■ **DATA TO USE**

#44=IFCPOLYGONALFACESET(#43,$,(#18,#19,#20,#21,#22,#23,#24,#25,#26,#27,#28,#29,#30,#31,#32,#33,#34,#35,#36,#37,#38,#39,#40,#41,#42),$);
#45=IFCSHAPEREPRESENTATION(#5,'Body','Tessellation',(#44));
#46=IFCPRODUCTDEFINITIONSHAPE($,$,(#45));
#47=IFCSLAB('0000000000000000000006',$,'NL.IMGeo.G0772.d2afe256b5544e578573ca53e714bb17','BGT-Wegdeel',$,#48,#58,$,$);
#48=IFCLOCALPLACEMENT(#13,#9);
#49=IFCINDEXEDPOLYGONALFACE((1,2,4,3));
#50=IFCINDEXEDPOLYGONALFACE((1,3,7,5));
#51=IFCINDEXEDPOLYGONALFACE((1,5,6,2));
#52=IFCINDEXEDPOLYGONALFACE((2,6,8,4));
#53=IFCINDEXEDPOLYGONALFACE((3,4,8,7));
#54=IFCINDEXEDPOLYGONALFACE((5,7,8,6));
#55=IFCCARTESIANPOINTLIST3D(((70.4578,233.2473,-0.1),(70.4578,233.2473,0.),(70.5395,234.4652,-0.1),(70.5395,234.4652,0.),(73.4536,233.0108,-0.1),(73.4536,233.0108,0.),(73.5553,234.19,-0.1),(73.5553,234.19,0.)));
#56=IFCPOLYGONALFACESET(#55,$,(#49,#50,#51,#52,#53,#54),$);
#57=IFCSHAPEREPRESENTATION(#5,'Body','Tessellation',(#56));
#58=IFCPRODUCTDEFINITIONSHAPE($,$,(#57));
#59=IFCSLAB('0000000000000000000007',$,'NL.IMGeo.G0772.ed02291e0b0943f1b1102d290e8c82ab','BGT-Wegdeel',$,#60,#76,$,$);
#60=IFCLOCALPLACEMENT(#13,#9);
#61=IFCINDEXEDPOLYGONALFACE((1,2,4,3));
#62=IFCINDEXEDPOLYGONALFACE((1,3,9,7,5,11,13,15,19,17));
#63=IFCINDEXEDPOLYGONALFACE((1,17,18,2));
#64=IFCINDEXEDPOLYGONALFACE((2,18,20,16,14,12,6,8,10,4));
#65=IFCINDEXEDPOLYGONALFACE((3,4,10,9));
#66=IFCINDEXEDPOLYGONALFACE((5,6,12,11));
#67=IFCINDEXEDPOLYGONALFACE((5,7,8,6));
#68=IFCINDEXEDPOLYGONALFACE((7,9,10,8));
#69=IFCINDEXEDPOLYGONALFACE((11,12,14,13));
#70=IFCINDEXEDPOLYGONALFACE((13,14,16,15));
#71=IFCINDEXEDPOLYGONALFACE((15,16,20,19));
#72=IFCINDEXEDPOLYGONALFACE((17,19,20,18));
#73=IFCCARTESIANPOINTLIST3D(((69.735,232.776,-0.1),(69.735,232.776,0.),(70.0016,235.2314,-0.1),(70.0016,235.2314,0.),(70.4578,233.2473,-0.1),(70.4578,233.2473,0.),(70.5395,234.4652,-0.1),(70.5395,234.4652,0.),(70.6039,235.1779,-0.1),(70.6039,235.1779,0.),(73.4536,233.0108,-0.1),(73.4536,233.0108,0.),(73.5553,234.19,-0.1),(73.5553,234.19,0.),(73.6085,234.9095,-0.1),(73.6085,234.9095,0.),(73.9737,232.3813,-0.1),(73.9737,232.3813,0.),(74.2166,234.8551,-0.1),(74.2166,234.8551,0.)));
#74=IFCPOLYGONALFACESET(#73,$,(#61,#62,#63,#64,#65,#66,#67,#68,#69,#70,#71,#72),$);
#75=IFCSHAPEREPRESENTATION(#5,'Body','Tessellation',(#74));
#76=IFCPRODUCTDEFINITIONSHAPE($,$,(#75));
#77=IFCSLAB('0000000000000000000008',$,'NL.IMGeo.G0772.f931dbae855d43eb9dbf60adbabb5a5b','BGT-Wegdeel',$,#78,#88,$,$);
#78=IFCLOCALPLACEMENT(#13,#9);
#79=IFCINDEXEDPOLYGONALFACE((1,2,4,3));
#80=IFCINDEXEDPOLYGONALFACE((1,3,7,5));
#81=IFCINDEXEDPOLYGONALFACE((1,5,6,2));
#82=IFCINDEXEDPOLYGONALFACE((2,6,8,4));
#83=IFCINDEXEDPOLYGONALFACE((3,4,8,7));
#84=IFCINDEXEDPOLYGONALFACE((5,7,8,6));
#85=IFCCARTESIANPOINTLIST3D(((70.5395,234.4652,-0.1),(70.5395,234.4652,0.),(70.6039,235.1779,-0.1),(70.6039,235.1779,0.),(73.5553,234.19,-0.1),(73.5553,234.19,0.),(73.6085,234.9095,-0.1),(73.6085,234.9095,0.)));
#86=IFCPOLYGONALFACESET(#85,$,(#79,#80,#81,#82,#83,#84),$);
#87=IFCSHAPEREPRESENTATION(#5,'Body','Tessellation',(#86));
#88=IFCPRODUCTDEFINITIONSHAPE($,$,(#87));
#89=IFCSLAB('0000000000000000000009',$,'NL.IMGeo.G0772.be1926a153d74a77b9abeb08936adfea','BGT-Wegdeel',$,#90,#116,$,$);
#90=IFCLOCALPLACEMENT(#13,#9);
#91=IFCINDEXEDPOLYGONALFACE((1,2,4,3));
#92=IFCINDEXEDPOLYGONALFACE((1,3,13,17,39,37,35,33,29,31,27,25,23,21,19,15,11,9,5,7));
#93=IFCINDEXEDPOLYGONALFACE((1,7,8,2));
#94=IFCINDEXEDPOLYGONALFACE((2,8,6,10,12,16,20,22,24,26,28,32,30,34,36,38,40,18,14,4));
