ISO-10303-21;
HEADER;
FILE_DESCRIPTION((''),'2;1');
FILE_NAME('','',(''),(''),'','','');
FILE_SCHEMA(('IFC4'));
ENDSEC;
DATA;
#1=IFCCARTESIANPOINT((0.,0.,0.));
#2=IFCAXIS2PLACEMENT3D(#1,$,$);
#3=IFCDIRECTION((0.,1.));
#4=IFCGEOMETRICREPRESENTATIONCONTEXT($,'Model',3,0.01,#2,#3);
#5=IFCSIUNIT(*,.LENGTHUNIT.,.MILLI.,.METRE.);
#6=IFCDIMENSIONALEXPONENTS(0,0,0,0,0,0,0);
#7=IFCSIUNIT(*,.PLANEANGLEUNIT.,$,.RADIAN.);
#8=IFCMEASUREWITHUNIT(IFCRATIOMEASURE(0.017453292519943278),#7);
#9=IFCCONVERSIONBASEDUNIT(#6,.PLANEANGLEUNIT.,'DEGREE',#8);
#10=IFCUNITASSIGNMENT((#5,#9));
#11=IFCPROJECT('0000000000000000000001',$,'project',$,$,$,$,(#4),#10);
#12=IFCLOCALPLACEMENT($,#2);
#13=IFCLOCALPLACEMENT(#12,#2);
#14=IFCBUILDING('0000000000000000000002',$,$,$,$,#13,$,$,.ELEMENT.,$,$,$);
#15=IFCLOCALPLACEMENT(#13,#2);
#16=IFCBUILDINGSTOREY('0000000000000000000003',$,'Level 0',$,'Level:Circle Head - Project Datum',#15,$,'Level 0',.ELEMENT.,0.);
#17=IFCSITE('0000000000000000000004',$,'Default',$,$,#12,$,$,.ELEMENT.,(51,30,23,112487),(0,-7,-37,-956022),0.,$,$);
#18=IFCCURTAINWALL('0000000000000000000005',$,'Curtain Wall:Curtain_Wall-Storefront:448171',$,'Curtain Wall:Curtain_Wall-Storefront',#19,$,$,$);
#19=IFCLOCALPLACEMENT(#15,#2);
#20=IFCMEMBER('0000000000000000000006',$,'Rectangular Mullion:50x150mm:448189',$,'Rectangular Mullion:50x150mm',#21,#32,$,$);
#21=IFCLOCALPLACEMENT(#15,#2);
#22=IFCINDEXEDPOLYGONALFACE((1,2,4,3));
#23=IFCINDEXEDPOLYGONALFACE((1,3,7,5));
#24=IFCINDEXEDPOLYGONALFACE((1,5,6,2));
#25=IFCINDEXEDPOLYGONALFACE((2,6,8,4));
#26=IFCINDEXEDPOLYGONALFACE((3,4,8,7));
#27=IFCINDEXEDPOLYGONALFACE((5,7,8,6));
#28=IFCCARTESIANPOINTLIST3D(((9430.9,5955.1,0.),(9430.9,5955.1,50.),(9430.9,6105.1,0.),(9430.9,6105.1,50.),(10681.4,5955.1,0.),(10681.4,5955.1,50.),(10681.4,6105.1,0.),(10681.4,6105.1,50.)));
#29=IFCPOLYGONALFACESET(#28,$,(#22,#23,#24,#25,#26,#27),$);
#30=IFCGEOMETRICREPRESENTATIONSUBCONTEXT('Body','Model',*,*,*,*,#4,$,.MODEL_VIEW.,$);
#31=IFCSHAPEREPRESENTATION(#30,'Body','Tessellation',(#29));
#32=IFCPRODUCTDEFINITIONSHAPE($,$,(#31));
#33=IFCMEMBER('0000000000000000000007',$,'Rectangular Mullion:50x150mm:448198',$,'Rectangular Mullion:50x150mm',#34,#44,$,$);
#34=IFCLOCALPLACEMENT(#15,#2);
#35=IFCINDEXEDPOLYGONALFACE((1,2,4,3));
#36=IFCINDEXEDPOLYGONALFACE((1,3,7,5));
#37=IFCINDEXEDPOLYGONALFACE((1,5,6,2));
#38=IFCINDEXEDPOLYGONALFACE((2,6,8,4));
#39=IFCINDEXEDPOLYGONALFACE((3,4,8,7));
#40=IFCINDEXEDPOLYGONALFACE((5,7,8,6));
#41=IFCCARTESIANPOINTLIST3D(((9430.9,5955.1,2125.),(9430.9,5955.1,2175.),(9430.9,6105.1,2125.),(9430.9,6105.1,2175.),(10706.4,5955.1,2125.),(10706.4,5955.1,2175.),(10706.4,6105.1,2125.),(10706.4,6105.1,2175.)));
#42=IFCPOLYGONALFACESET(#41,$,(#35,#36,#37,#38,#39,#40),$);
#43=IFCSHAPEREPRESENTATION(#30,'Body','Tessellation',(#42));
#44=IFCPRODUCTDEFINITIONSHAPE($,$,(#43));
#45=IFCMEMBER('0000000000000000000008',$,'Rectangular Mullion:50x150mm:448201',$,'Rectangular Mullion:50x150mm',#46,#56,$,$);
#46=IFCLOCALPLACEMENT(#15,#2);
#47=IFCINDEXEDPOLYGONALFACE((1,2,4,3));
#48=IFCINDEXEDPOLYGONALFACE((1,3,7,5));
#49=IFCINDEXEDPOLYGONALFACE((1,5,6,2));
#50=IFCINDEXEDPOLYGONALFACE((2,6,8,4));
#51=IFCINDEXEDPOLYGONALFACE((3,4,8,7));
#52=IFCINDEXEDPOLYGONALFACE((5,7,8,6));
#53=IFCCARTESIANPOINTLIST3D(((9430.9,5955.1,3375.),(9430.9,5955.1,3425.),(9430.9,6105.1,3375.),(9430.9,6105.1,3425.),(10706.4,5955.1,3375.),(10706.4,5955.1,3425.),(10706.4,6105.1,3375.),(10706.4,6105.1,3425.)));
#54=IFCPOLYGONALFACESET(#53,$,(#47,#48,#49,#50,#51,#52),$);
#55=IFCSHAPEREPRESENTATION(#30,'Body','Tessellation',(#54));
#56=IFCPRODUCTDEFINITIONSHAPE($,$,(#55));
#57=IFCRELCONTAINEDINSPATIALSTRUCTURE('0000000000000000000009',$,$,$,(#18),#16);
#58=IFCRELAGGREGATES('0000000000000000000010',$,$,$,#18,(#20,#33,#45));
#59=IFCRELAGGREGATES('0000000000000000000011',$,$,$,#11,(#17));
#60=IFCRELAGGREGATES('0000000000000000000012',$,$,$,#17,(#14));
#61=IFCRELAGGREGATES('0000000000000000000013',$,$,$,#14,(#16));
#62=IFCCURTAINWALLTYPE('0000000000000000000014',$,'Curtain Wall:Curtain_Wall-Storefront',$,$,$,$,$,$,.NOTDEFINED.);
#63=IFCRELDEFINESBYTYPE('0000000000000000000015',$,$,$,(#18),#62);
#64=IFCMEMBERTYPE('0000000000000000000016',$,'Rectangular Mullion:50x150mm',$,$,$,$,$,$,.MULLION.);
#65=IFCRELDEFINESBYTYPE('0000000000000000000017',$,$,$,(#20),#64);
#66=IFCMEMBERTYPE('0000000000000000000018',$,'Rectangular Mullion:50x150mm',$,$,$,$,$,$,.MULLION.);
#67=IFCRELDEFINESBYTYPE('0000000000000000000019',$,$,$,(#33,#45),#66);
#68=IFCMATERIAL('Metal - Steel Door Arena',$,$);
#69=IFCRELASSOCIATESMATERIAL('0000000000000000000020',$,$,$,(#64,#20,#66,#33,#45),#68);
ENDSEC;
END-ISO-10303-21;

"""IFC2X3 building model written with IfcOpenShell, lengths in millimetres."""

from ifc_helpers import new_model, entity, si_unit, converted_unit, direction, frame, origin, origin_2d_with_axis, place, context, subcontext, project, spatial, rectangle, extrude, source, transform, mapped, material, type_object, type_shapes, element, aggregate, save


model = new_model("IFC2X3")

# Units and contexts
model_context = context("Model", 3, precision=0.01, world=origin(), true_north=direction((0.0, 1.0)))
body_context = subcontext(model_context, "Body", "Model", "MODEL_VIEW")
ifc_project = project(units=[si_unit("LENGTHUNIT", "METRE", prefix="MILLI"), converted_unit("PLANEANGLEUNIT", "DEGREE", entity("IfcRatioMeasure", 0.017453292519943278), si_unit("PLANEANGLEUNIT", "RADIAN"), dimensions=[0, 0, 0, 0, 0, 0, 0])], contexts=[model_context])

# Site, building, storey
site_placement = place(None, origin())
site = spatial("IfcSite", under=ifc_project, at=site_placement, Name="Default", CompositionType="ELEMENT", RefLatitude=(51, 30, 23, 112487), RefLongitude=(0, -7, -37, -956022), RefElevation=0.0)
building_placement = place(site_placement, origin())
building = spatial("IfcBuilding", under=site, at=building_placement, CompositionType="ELEMENT")
storey_placement = place(building_placement, origin())
storey = spatial("IfcBuildingStorey", under=building, at=storey_placement, Name="Level 0", ObjectType="Level:Circle Head - Project Datum", LongName="Level 0", CompositionType="ELEMENT", Elevation=0.0)

# Curtain wall, members
curtain_wall_type = type_object("IfcCurtainWallType", Name="Curtain Wall:Curtain_Wall-Storefront", PredefinedType="NOTDEFINED")
curtain_wall_placement = place(storey_placement, origin())
curtain_wall = element("IfcCurtainWall", 1, at=curtain_wall_placement, inside=storey, type_object=curtain_wall_type, Name="Curtain Wall:Curtain_Wall-Storefront:448171", ObjectType="Curtain Wall:Curtain_Wall-Storefront")
ifc_material_1 = material(Name="Metal - Steel Door Arena")
member_type_1 = type_object("IfcMemberType", Name="Rectangular Mullion:50x150mm", PredefinedType="MULLION", material=ifc_material_1)
shared_shape_1 = source(origin(), body_context, "Body", "SweptSolid", [
    extrude(rectangle(XDim=150.0, YDim=50.0, at=origin_2d_with_axis()), frame((-25.0, 0.0, -1250.5), z_axis=(0.0, 0.0, 1.0), x_axis=(0.0, -1.0, 0.0)), (0.0, 0.0, 1.0), 1250.5),
])
type_shapes(member_type_1, [shared_shape_1])
member_1_placement = place(curtain_wall_placement, frame((10681.4, 6030.1, 0.0), z_axis=(1.0, 0.0, 0.0), x_axis=(0.0, 0.0, -1.0)))
member_1 = element("IfcMember", 2, at=member_1_placement, type_object=member_type_1, material=ifc_material_1, Name="Rectangular Mullion:50x150mm:448189", ObjectType="Rectangular Mullion:50x150mm", context=body_context, shape_type="MappedRepresentation", body=[
    mapped(shared_shape_1, transform((0.0, 0.0, 0.0), scale=1.0)),
])
member_type_2 = type_object("IfcMemberType", Name="Rectangular Mullion:50x150mm", PredefinedType="MULLION", material=ifc_material_1)
shared_shape_2 = source(origin(), body_context, "Body", "SweptSolid", [
    extrude(rectangle(XDim=150.0, YDim=50.0, at=origin_2d_with_axis()), frame((0.0, 0.0, -1275.5), z_axis=(0.0, 0.0, 1.0), x_axis=(0.0, -1.0, 0.0)), (0.0, 0.0, 1.0), 1275.5),
])
type_shapes(member_type_2, [shared_shape_2])
member_2_placement = place(curtain_wall_placement, frame((9430.9, 6030.1, 2150.0), z_axis=(-1.0, 0.0, 0.0), x_axis=(0.0, 0.0, 1.0)))
member_2 = element("IfcMember", 3, at=member_2_placement, type_object=member_type_2, material=ifc_material_1, Name="Rectangular Mullion:50x150mm:448198", ObjectType="Rectangular Mullion:50x150mm", context=body_context, shape_type="MappedRepresentation", body=[
    mapped(shared_shape_2, transform((0.0, 0.0, 0.0), scale=1.0)),
])
member_3_placement = place(curtain_wall_placement, frame((9430.9, 6030.1, 3400.0), z_axis=(-1.0, 0.0, 0.0), x_axis=(0.0, 0.0, 1.0)))
member_3 = element("IfcMember", 4, at=member_3_placement, type_object=member_type_2, material=ifc_material_1, Name="Rectangular Mullion:50x150mm:448201", ObjectType="Rectangular Mullion:50x150mm", context=body_context, shape_type="MappedRepresentation", body=[
    mapped(shared_shape_2, transform((0.0, 0.0, 0.0), scale=1.0)),
])
aggregate(curtain_wall, [member_1, member_2, member_3])

save(model, "model.ifc")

■ **WORK TO BE COMPLETED**
After locating the line with "#34=IFCLOCALPLACEMENT(#15,#2);" above, return that line and every later line through the one with "#40=IFCINDEXEDPOLYGONALFACE((5,7,8,6));", word for word and with nothing else.

■ **EXERCISE ANSWER**
#34=IFCLOCALPLACEMENT(#15,#2);
#35=IFCINDEXEDPOLYGONALFACE((1,2,4,3));
#36=IFCINDEXEDPOLYGONALFACE((1,3,7,5));
#37=IFCINDEXEDPOLYGONALFACE((1,5,6,2));
#38=IFCINDEXEDPOLYGONALFACE((2,6,8,4));
#39=IFCINDEXEDPOLYGONALFACE((3,4,8,7));
#40=IFCINDEXEDPOLYGONALFACE((5,7,8,6));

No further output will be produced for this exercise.